%%

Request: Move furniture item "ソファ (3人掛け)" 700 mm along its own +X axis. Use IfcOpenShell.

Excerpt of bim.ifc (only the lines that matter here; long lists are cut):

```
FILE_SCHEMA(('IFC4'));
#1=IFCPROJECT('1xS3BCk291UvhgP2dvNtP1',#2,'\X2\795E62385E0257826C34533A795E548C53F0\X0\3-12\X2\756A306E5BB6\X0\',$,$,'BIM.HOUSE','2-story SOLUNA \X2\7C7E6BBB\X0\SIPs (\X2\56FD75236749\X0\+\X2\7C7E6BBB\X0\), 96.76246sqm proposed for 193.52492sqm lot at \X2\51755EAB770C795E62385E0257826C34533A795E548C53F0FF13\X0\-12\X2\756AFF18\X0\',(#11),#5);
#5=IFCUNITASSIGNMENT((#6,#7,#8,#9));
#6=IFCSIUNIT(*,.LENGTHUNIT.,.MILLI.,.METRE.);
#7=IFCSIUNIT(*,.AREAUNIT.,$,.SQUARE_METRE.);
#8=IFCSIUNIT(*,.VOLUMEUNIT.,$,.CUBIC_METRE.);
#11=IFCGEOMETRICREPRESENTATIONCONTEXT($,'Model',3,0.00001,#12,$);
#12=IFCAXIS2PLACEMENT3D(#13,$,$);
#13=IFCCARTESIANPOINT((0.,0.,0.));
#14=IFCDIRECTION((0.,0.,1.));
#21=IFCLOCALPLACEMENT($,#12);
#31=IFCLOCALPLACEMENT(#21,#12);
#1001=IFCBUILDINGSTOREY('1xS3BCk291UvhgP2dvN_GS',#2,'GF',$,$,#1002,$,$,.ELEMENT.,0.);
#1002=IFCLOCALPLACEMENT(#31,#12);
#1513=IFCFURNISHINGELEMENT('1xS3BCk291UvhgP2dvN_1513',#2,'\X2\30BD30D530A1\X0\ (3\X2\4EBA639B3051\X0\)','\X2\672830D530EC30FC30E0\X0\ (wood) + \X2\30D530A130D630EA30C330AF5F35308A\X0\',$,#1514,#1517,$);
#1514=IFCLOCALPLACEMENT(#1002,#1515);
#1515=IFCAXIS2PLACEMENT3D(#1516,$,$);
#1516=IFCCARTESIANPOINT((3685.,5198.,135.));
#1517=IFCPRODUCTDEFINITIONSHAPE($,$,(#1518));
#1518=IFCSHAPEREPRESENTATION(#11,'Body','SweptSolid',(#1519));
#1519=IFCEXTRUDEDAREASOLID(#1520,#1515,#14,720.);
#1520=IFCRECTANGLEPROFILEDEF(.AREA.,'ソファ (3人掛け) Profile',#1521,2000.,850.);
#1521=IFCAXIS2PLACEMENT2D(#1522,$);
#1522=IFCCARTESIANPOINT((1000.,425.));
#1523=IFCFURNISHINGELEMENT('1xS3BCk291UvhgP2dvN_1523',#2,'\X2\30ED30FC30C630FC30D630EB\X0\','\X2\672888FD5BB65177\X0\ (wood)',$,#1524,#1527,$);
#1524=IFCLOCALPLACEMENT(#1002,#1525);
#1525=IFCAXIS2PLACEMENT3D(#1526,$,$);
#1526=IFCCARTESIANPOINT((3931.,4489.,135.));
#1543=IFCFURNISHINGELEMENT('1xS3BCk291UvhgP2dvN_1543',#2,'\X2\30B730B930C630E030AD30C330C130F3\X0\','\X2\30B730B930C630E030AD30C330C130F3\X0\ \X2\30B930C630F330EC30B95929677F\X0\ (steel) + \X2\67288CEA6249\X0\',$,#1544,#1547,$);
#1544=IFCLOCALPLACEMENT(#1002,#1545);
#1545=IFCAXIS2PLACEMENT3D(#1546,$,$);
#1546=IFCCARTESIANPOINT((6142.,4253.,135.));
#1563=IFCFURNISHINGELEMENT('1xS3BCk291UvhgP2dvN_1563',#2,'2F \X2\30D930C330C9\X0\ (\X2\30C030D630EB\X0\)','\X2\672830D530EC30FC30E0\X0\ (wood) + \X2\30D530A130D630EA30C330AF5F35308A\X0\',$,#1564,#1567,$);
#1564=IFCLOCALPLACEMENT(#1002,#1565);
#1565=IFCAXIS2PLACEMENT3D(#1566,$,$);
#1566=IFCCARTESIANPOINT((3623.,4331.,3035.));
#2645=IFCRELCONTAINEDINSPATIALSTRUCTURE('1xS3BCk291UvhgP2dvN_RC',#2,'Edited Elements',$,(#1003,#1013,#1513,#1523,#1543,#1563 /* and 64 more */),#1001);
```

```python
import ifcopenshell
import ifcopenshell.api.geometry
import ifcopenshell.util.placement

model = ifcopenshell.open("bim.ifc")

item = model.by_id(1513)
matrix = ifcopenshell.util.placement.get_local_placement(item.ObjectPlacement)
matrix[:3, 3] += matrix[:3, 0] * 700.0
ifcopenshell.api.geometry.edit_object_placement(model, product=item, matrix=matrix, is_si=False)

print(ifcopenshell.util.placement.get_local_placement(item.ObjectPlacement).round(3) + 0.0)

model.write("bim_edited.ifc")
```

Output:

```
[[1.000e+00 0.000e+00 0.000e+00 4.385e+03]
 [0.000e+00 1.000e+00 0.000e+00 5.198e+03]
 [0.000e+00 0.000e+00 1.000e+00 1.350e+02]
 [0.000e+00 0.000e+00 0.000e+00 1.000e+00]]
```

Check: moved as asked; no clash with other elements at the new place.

%%

Exercise – The expected result is a copy of each line in the records where "wood" appears.

Answer space –
#1513=IFCFURNISHINGELEMENT('1xS3BCk291UvhgP2dvN_1513',#2,'\X2\30BD30D530A1\X0\ (3\X2\4EBA639B3051\X0\)','\X2\672830D530EC30FC30E0\X0\ (wood) + \X2\30D530A130D630EA30C330AF5F35308A\X0\',$,#1514,#1517,$);
#1523=IFCFURNISHINGELEMENT('1xS3BCk291UvhgP2dvN_1523',#2,'\X2\30ED30FC30C630FC30D630EB\X0\','\X2\672888FD5BB65177\X0\ (wood)',$,#1524,#1527,$);
#1563=IFCFURNISHINGELEMENT('1xS3BCk291UvhgP2dvN_1563',#2,'2F \X2\30D930C330C9\X0\ (\X2\30C030D630EB\X0\)','\X2\672830D530EC30FC30E0\X0\ (wood) + \X2\30D530A130D630EA30C330AF5F35308A\X0\',$,#1564,#1567,$);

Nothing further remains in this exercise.